152 reviews4 followers
February 10, 2022
This was so…unexpectedly and delightfully not pretentious?

Much of this includes a level of society that most people don’t pay much attention to. Waitresses, prostitutes, bartenders, people drinking warm Bud. The decidedly not middle class life. And it’s just lovely.

How to Be a Cowgirl in a Studio Apartment might be my favorite.

There is a fun retelling of the Old Woman and the Shoe.

This made me laugh because, truth:
“She’s thirty-six. She’s a thousand years old.”

And this:
“to you, too, over there,

Wearing your height-enhancing Texas cowboy boots
And your is-it-big-enough neurosis like a grin”

Delightful overall and worth checking out.
Profile Image for Amy.
125 reviews8 followers
July 31, 2025
Most enjoyed “On Receiving an Invitation to Denbigh High School’s Twentieth Reunion,” “Stone,” “Hysteria,” and, of course, “Litany.”

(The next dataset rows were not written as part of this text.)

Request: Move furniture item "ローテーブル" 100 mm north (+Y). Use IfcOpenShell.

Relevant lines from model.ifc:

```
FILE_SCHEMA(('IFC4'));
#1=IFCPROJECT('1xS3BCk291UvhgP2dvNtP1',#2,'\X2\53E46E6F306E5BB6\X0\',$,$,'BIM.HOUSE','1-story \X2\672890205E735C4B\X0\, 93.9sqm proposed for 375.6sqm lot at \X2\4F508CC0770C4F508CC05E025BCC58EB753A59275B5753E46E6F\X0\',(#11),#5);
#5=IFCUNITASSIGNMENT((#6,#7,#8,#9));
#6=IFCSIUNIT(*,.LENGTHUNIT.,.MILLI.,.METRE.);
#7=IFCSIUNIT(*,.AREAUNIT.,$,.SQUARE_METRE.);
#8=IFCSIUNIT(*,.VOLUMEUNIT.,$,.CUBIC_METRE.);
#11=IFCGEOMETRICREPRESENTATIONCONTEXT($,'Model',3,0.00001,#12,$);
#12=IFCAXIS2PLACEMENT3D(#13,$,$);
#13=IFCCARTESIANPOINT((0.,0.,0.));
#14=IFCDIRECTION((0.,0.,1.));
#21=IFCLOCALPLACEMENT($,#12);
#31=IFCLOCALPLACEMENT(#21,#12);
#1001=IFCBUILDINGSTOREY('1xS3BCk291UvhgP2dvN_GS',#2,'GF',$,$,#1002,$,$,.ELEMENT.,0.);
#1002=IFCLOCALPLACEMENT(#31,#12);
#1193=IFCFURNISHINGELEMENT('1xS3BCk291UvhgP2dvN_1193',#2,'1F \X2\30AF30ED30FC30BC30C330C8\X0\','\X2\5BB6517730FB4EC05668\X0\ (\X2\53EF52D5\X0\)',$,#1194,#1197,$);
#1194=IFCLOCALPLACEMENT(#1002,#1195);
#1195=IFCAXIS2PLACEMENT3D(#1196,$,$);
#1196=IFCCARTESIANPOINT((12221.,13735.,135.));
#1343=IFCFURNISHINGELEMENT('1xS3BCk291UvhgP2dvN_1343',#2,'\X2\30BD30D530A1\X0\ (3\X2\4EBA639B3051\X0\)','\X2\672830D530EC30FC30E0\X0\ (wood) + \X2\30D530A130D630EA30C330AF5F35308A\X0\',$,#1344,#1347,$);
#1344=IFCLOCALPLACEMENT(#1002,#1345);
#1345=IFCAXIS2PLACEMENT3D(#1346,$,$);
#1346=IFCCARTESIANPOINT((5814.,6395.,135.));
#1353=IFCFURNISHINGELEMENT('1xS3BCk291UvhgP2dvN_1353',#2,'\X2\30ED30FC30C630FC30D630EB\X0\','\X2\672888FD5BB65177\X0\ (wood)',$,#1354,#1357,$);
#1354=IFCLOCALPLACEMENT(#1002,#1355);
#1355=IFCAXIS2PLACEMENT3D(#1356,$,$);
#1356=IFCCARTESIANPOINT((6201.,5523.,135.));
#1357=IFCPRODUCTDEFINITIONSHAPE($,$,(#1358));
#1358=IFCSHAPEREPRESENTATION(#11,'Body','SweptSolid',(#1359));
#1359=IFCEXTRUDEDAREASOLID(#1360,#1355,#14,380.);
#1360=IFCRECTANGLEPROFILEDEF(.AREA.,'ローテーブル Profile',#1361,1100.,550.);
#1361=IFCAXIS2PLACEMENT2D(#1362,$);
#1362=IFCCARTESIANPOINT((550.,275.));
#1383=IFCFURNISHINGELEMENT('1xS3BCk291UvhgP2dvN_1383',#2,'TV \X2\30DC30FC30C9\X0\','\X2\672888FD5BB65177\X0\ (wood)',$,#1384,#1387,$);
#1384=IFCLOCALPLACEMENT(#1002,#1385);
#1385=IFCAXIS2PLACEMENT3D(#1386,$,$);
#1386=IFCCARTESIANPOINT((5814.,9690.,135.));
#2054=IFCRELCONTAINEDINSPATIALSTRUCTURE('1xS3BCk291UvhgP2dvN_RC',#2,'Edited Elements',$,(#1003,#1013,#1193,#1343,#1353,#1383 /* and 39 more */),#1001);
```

```python
import ifcopenshell
import ifcopenshell.api.geometry
import ifcopenshell.util.placement

model = ifcopenshell.open("model.ifc")

item = model.by_id(1353)
matrix = ifcopenshell.util.placement.get_local_placement(item.ObjectPlacement)
matrix[1, 3] += 100.0
ifcopenshell.api.geometry.edit_object_placement(model, product=item, matrix=matrix, is_si=False)

print(ifcopenshell.util.placement.get_local_placement(item.ObjectPlacement).round(3) + 0.0)

model.write("model_edited.ifc")
```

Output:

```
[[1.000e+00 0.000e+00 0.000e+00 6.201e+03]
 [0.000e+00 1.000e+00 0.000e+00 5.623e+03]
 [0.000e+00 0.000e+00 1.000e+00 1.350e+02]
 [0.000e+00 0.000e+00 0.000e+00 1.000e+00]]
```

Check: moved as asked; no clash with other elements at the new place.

“Litany” was the work that drew me to this collection. I was attracted to its frank, conversational style. Most of the other works failed to live up to that styles expectations. Instead, they sounded straight out of the Iowa Writers Workshop. Still, this collection has some gems.
Profile Image for Arkskier.
10 reviews1 follower
December 16, 2014
Creedon's poem "Litany" is, in my opinion, the single best poem in The Best American Poetry 1993, edited by Louise Gluck. It had a sincere, gentle roughness to it, an unmannered innocence that attracted me. She sounded like Kim Addonizio, like a waitress in a seedy restaurant who beds strangers. So I was excited to read Creedon's first book, Wet.

Unlike the unmannered charm of "Litany," however, many of the poems in Wet suffer from that adjective-y, wordy poetic diction and formal blandness of many American MFA students, in general, and the rather learned, cloying sensuousness of many female poets, in particular. Was it her MFA education after 1993 that caused this change? Maybe. I hope her second book will be less self-conscious.
Profile Image for Sarah.
Author 6 books51 followers
August 5, 2020
Some of the poems here, especially "Litany," are just stellar. I have a number of poems dog-eared because they do things I do not generally do in poetry but find really intriguing and helpful. But many of them do more than fall flat, they offend.

Just as I finished the first section, I thought to myself, "Why is this book in sections?" I can so rarely tell with contemporary poetry books why poets add sections--like, I'm sure they see some connection but it feels like more an artifact of their process and anything useful for a reader. Then I read the second section and DEFINITELY saw a theme--and not a pretty one. Generously, I'll say chunks of this book, many of them in the second section, did not age well. Creedon does that thing where she writes beautifully about the poor, the misbegotten, the struggling. To me this type of poem is condescending; it's an author "humanizing" people who society overlooks. And on the surface this seems fine. But, like, people don't need your humanizing, poet; they are already fully human. To seek to humanize those who never asked you to just points to the fact that YOU failed to see them as human in the first place. UGH. UHG. So yeah, after the second section I was a little over this.
Profile Image for Alex Myers.
Author 7 books149 followers
March 9, 2014
Loved the poems that had mythological themes - these were by far my favorite because I enjoyed the interplay of modern themes/sensibility with the familiar tales (particularly Medusa). Throughout, the author's diction is amazing: word choice that made me read lines again and again. My one complaint would be the order of the poems. I found that at times the sequence had too many of a similar theme in a row or the opposite: too jarring of a contrast.